How do I find the integral of sqrt (x^2+2x+1)?

Answer by  Taras (7)

Note, that x^2 + 2x + 1 = (x + 1)^2, so your function f(x) = sqrt(x^2+2x+1) = abs(x+1), i.e. x >= -1, f(x) = x+1 and integral f(x) = (x^2)/2 + x + C x < -1 , f(x) = -x-1 and integral f(x) = - (x^2)/2 - x + C

Answer by  VB (361)

It is sometimes helpful to rewrite the integrand. For this one, factor what is under the square root. Then simplify with the square root. If correct, it should be easy.

Answer by  blue25 (346)

(x+1)(x+1) what times what gave you x^2 and +1? to get x^2 you have to multiply two x (x times x = x^2) and one times one =1 (since both negative and positive gave you the same answer you have to check the middle one) to get 2x it have to be positive therefore it have to be two +1

Answer by  VB (361)

This one requires rewriting the expression before you can integrate. If you were to factor what is under the square root symbol, you should get (x+1)^2. The square root and the square undo each other. So you just need to integrate x+1.

Answer by  amswplusone (652)

First note that x^2+2x+1=(x+1)^2, so sqrt(that) is x+1. Thus you're integrating x+1; raise the power of x by one and divide by the new exponent, ditto for 1, making it (1/2)x^2+x. Don't forget to add a constant! So you end up with (1/2)x^2+x+C, with C an arbitrary constant.

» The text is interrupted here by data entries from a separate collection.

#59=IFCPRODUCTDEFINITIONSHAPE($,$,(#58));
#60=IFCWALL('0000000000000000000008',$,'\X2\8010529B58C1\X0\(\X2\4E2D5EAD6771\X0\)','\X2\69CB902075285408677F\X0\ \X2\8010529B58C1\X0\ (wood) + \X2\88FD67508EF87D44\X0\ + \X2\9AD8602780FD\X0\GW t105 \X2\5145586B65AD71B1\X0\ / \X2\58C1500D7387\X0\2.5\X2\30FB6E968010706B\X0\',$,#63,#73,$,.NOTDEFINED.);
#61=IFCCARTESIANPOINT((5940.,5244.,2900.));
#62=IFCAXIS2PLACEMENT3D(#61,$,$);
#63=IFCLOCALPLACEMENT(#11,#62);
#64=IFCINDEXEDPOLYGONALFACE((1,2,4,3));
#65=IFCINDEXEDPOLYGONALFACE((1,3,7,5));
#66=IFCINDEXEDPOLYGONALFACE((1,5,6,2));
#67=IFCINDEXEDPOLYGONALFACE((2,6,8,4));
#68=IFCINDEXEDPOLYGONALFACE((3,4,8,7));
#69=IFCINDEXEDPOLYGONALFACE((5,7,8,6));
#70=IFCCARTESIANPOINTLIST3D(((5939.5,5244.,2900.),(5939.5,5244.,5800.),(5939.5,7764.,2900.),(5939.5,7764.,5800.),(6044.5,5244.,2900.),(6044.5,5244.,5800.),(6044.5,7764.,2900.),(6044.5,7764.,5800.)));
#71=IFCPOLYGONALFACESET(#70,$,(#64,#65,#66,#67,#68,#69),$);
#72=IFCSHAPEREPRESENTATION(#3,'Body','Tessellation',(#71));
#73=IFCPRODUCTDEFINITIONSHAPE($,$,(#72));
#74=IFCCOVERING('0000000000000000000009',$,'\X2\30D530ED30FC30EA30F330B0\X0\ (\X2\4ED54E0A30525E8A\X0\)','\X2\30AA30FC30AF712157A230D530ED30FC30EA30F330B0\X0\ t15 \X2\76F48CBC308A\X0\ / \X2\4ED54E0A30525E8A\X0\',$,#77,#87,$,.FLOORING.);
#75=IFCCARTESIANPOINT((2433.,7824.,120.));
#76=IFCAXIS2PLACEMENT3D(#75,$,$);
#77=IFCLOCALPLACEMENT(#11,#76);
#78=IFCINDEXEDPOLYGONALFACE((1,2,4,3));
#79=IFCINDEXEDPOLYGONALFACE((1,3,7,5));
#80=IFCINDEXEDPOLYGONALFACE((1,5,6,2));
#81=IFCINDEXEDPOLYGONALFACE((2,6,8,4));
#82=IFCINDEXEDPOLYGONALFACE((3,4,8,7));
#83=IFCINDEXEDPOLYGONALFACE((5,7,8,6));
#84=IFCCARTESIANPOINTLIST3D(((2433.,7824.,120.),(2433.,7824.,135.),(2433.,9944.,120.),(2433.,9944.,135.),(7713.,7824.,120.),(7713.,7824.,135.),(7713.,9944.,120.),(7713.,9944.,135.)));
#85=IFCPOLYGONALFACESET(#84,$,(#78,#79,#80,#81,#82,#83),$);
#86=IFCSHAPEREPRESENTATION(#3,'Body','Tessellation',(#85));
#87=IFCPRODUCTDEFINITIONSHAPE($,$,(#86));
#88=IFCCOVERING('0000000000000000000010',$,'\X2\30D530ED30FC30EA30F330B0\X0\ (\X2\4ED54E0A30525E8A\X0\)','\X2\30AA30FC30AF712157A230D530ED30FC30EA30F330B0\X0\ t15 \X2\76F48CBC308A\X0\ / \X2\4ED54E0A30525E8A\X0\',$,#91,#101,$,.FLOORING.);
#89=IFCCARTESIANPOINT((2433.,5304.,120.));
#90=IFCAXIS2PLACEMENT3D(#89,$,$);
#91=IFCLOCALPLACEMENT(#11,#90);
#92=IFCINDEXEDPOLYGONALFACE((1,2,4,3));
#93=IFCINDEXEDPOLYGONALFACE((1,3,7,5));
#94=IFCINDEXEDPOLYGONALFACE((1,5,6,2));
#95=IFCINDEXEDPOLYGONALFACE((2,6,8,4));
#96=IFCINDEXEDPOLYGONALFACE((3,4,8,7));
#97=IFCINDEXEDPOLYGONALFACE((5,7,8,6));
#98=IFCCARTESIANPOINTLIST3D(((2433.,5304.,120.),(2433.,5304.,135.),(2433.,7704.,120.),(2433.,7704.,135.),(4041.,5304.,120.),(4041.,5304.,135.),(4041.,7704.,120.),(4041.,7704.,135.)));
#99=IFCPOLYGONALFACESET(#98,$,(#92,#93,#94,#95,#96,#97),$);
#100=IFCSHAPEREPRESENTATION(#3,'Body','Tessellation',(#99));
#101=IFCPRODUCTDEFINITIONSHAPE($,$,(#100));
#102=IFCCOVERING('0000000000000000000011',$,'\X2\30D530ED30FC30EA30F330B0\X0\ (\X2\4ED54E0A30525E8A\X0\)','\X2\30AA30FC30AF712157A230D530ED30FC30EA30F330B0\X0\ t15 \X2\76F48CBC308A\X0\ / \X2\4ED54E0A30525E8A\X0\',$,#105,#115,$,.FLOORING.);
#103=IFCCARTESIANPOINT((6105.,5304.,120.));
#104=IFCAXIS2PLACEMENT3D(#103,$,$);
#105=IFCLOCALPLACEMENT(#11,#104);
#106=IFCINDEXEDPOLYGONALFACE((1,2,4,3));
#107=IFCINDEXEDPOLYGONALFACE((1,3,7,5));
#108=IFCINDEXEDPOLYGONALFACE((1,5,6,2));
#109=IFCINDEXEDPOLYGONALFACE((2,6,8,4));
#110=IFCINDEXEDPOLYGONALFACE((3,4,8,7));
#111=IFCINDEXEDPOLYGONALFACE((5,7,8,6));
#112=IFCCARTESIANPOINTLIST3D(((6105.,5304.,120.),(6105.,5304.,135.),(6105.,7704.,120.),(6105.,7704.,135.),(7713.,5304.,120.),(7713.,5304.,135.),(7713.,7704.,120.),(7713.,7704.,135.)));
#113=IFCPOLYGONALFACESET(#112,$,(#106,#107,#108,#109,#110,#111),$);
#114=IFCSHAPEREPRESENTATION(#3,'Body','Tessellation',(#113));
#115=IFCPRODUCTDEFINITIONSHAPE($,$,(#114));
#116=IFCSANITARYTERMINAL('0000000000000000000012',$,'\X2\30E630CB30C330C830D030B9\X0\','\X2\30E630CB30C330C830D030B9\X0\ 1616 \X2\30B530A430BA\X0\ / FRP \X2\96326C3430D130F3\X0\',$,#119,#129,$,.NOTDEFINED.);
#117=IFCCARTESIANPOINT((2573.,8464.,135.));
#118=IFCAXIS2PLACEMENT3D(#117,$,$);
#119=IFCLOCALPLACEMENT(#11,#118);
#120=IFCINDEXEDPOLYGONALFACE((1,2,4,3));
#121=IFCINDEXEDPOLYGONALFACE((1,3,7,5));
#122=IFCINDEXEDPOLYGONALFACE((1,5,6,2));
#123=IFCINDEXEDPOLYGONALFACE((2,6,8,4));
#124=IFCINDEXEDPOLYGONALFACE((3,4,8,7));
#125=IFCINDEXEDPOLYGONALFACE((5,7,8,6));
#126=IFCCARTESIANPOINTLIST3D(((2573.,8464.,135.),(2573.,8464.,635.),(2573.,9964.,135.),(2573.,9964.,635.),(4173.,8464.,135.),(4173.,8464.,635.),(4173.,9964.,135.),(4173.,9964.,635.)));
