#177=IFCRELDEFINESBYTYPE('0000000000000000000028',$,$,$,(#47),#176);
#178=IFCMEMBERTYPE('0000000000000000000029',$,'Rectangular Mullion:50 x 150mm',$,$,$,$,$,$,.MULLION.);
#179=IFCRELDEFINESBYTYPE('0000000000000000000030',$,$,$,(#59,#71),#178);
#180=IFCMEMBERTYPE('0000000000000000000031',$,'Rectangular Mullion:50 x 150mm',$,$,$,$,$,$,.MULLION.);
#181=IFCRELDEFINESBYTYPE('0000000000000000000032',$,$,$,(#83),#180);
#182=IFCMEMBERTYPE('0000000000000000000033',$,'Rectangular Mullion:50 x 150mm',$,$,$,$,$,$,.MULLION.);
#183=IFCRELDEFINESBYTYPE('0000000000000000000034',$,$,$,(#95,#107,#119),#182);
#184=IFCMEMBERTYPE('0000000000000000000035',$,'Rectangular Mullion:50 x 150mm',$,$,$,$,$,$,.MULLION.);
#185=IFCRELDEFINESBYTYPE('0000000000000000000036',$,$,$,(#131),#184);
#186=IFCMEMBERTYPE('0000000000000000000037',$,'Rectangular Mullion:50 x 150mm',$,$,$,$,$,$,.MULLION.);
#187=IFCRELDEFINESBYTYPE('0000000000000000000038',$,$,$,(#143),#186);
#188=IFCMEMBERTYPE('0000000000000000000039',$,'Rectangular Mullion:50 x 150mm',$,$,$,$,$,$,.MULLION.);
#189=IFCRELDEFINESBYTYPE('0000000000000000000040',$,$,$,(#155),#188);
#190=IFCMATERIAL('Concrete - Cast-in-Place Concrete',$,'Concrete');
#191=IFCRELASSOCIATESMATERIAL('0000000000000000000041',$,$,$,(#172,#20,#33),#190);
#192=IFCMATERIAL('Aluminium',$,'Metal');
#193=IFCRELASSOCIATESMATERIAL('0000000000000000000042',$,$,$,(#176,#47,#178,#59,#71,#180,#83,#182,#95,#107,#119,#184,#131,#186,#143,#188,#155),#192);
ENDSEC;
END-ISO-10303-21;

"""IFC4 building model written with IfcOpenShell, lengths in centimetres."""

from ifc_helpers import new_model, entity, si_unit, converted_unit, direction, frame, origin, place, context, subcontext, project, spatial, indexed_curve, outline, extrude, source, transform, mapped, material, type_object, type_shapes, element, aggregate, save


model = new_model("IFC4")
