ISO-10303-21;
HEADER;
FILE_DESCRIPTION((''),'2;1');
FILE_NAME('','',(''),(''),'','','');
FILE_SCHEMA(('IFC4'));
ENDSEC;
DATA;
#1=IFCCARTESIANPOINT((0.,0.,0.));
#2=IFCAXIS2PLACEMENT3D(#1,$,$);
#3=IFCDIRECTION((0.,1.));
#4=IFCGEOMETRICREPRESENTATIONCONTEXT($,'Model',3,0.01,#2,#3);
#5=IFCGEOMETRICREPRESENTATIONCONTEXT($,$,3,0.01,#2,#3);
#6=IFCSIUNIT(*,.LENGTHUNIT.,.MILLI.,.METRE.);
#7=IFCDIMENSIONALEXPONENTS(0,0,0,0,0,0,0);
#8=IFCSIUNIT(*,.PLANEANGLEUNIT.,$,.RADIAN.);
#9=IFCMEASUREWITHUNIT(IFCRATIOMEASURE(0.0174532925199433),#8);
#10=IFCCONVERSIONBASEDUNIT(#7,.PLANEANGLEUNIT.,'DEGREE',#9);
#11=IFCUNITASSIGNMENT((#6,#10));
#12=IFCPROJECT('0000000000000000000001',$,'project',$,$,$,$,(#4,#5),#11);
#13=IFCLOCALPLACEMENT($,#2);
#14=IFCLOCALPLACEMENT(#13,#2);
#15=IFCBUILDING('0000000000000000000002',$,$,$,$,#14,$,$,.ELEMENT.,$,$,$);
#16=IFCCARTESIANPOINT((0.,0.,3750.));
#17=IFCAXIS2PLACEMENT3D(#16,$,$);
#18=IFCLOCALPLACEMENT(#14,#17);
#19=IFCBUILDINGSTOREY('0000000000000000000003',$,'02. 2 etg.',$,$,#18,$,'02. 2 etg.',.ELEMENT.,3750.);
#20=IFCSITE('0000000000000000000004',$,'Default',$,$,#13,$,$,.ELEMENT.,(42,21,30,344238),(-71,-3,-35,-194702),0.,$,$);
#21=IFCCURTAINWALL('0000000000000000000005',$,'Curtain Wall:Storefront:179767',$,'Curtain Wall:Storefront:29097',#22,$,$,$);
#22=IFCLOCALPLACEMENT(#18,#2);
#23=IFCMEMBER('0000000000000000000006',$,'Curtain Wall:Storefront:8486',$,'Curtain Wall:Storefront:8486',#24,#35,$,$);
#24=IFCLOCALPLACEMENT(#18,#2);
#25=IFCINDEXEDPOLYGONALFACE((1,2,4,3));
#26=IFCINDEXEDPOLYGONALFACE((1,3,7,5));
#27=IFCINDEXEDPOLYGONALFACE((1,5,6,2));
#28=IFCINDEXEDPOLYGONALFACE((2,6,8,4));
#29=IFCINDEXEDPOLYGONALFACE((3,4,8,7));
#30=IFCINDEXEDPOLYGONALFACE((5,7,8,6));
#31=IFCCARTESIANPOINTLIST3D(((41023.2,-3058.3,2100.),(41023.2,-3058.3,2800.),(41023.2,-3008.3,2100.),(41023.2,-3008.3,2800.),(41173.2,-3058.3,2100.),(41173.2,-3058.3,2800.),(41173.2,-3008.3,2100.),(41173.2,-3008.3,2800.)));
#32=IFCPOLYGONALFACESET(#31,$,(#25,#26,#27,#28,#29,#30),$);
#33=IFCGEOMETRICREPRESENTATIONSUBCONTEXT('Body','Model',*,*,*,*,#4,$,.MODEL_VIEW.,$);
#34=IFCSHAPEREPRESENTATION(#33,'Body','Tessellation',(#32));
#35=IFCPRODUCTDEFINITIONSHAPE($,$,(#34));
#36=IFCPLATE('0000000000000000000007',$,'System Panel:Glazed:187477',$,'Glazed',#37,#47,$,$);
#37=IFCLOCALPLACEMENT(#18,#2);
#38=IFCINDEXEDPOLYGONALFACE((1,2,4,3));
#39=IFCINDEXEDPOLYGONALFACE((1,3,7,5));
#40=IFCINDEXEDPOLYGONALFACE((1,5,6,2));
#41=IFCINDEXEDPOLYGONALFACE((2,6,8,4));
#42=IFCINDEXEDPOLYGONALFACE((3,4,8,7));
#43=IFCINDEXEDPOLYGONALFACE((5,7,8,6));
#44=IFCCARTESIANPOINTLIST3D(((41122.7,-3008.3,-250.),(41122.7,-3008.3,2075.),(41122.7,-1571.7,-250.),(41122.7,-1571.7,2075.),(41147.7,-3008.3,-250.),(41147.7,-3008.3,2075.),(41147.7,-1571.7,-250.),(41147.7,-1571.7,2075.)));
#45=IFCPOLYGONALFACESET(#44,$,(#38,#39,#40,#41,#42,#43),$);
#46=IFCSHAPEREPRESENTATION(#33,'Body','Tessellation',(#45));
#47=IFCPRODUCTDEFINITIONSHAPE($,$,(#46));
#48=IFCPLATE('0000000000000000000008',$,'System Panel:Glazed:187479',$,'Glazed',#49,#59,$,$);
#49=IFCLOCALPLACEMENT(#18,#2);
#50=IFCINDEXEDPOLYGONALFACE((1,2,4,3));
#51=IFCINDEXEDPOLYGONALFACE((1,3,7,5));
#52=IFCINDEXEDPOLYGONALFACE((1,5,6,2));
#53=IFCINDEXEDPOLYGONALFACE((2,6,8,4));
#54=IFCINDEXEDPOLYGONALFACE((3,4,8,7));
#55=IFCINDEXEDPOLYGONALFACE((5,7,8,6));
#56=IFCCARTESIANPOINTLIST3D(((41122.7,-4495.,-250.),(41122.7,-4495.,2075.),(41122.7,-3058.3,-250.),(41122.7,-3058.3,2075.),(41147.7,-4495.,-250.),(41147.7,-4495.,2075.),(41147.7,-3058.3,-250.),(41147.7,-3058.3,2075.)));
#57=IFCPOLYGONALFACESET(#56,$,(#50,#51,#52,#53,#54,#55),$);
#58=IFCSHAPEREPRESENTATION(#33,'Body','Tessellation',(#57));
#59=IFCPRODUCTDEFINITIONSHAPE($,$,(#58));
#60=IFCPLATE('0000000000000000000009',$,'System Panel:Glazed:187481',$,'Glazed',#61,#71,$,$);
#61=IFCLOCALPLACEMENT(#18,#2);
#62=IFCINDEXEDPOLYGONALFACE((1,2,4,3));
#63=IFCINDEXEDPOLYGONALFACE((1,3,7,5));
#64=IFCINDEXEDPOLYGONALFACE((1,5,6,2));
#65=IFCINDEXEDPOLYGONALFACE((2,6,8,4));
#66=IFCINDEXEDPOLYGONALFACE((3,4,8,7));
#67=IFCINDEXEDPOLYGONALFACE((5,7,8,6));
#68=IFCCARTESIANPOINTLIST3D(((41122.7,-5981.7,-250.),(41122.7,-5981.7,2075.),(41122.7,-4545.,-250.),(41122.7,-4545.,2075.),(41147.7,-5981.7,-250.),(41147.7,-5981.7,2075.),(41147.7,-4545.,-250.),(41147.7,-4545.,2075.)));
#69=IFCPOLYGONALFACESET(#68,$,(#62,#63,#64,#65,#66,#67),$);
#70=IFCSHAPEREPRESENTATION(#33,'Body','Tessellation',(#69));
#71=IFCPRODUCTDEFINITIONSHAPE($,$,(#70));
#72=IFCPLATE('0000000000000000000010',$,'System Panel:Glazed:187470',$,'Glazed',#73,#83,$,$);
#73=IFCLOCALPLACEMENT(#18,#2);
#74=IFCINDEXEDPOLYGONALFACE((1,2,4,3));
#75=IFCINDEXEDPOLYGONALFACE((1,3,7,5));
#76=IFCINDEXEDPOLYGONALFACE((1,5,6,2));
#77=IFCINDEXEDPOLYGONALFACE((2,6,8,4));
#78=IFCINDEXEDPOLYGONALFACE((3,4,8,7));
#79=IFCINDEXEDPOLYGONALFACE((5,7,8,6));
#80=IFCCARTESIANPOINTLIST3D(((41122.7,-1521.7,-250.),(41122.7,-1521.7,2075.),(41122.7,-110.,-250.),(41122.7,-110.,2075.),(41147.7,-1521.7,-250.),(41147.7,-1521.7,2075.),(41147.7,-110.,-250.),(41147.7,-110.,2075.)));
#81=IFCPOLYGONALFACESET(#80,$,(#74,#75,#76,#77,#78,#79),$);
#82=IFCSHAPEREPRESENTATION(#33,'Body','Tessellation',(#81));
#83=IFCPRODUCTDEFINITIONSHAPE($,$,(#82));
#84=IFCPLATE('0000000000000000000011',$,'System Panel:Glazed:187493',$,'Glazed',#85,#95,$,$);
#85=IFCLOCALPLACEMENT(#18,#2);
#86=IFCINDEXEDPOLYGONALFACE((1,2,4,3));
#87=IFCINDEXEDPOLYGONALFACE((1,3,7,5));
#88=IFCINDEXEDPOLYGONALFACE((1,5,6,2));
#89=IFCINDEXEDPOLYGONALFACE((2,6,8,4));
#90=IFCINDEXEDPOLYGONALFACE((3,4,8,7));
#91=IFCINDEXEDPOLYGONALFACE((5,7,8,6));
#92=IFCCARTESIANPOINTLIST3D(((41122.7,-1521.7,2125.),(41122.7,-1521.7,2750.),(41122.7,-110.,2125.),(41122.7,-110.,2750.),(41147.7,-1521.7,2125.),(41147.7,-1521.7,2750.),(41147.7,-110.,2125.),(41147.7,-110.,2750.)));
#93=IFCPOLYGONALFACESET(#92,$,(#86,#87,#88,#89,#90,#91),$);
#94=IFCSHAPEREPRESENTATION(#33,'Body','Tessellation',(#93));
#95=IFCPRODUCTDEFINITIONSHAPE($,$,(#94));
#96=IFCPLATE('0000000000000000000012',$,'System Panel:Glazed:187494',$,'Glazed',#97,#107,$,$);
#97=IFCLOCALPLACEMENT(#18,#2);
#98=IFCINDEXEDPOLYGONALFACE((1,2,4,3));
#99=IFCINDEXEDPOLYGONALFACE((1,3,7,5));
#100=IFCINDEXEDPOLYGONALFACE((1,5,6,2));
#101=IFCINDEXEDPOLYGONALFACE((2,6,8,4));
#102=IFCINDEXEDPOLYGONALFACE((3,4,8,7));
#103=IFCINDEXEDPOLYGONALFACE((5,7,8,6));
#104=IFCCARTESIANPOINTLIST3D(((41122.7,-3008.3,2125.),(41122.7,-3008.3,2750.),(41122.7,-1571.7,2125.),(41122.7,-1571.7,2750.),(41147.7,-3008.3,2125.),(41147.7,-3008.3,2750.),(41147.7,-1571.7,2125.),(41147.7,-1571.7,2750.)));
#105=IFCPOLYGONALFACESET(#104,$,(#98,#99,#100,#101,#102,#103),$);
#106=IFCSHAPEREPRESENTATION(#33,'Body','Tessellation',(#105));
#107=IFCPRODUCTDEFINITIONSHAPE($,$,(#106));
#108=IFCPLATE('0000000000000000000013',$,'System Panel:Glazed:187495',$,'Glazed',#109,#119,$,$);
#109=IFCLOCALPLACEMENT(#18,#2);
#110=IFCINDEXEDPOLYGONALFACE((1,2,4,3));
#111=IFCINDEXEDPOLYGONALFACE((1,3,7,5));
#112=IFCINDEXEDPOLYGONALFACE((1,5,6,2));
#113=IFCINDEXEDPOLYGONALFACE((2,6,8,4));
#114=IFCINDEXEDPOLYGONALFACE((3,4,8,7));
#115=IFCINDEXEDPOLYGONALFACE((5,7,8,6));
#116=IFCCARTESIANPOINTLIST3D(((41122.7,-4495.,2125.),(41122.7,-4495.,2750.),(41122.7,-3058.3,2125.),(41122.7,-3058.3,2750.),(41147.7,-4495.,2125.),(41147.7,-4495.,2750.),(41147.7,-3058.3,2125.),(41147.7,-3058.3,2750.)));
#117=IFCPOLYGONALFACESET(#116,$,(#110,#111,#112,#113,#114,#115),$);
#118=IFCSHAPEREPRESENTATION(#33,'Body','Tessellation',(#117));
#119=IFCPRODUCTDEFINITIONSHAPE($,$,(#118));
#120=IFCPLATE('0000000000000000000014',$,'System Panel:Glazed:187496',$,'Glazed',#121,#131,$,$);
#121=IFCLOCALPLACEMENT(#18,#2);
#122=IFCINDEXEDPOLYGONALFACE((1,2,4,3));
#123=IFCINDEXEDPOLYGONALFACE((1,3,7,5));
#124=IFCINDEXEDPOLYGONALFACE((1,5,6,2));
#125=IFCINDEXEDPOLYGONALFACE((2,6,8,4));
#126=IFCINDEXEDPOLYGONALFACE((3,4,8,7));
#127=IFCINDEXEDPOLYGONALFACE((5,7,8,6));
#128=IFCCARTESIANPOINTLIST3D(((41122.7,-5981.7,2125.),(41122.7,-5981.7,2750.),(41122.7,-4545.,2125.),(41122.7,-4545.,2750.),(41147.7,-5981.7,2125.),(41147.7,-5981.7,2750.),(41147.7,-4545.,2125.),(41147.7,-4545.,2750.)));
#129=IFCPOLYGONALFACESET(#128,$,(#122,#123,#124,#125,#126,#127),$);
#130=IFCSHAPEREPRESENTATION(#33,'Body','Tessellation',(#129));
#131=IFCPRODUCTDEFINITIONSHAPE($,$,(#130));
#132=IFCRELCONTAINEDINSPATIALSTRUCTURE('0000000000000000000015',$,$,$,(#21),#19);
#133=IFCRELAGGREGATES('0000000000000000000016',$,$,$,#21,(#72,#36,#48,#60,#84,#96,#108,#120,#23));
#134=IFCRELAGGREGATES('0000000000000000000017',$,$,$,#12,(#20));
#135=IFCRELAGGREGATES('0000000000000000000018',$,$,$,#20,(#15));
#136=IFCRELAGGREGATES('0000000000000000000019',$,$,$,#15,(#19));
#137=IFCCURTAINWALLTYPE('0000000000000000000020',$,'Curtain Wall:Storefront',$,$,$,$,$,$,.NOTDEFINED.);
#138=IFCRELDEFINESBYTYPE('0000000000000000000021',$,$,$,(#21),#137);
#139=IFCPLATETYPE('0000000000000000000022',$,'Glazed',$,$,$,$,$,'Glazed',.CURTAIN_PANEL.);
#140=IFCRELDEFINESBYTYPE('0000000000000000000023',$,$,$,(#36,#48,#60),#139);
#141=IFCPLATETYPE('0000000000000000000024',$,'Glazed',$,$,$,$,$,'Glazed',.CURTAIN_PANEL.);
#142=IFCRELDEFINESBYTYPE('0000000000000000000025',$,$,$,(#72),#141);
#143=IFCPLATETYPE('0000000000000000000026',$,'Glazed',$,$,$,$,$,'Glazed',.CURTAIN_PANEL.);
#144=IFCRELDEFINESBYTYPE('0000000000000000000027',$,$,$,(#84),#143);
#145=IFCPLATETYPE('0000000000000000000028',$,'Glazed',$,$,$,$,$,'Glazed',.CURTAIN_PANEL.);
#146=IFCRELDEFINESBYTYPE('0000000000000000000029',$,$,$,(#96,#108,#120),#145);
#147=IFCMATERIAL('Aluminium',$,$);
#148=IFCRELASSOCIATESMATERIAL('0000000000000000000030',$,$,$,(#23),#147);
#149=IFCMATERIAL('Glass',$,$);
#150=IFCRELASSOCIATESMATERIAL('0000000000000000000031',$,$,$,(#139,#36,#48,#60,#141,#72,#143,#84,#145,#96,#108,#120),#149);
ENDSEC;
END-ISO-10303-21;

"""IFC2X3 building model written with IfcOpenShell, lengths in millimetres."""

from ifc_helpers import new_model, entity, si_unit, converted_unit, direction, frame, origin, origin_2d_with_axis, place, context, subcontext, project, spatial, rectangle, extrude, source, transform, mapped, material, type_object, type_shapes, element, aggregate, save


model = new_model("IFC2X3")

# Units and contexts
model_context = context("Model", 3, precision=0.01, world=origin(), true_north=direction((0.0, 1.0)))
context_of_model = context(None, 3, precision=0.01, world=origin(), true_north=direction((0.0, 1.0)))
body_context = subcontext(model_context, "Body", "Model", "MODEL_VIEW")
ifc_project = project(units=[si_unit("LENGTHUNIT", "METRE", prefix="MILLI"), converted_unit("PLANEANGLEUNIT", "DEGREE", entity("IfcRatioMeasure", 0.0174532925199433), si_unit("PLANEANGLEUNIT", "RADIAN"), dimensions=[0, 0, 0, 0, 0, 0, 0])], contexts=[model_context, context_of_model])

# Site, building, storey
site_placement = place(None, origin())
site = spatial("IfcSite", under=ifc_project, at=site_placement, Name="Default", CompositionType="ELEMENT", RefLatitude=(42, 21, 30, 344238), RefLongitude=(-71, -3, -35, -194702), RefElevation=0.0)
building_placement = place(site_placement, origin())
building = spatial("IfcBuilding", under=site, at=building_placement, CompositionType="ELEMENT")
storey_placement = place(building_placement, frame((0.0, 0.0, 3750.0)))
storey = spatial("IfcBuildingStorey", under=building, at=storey_placement, Name="02. 2 etg.", LongName="02. 2 etg.", CompositionType="ELEMENT", Elevation=3750.0)

# Curtain wall, member, plates
curtain_wall_type = type_object("IfcCurtainWallType", Name="Curtain Wall:Storefront", PredefinedType="NOTDEFINED")
curtain_wall_placement = place(storey_placement, frame((0.0, 0.0, -3750.0)))
curtain_wall = element("IfcCurtainWall", 1, at=curtain_wall_placement, inside=storey, type_object=curtain_wall_type, Name="Curtain Wall:Storefront:179767", ObjectType="Curtain Wall:Storefront:29097")
ifc_material_1 = material(Name="Aluminium")
member_1_placement = place(curtain_wall_placement, frame((41023.2, -3058.3, 5850.0)))
member_1 = element("IfcMember", 2, at=member_1_placement, material=ifc_material_1, Name="Curtain Wall:Storefront:8486", ObjectType="Curtain Wall:Storefront:8486", context=body_context, shape_type="SweptSolid", body=[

Answer by  anrimala36 (208)

Given c*x^n where c and n are numbers and x is a variable, you find the integral by writing c/(n+1)*x^(n+1). The integral of x^2 is 1/(2+1)*x^3; the integral of 2x is 2/(1+1)*x^2; the integral of 1, or 1*x^0, is 1/(0+1)*x. Now add them. Answer = 1/3*x^3+x^2+x

Answer by  willard (874)

Integration is a linear operation, so that integral of x^2+2x +1 = integral of x^2 + 2* intregral of x + integral of 1. Just calculate each of those three integrals and then add up the answers and you are done. This works for any polynomial in x, or even any sum of other functions.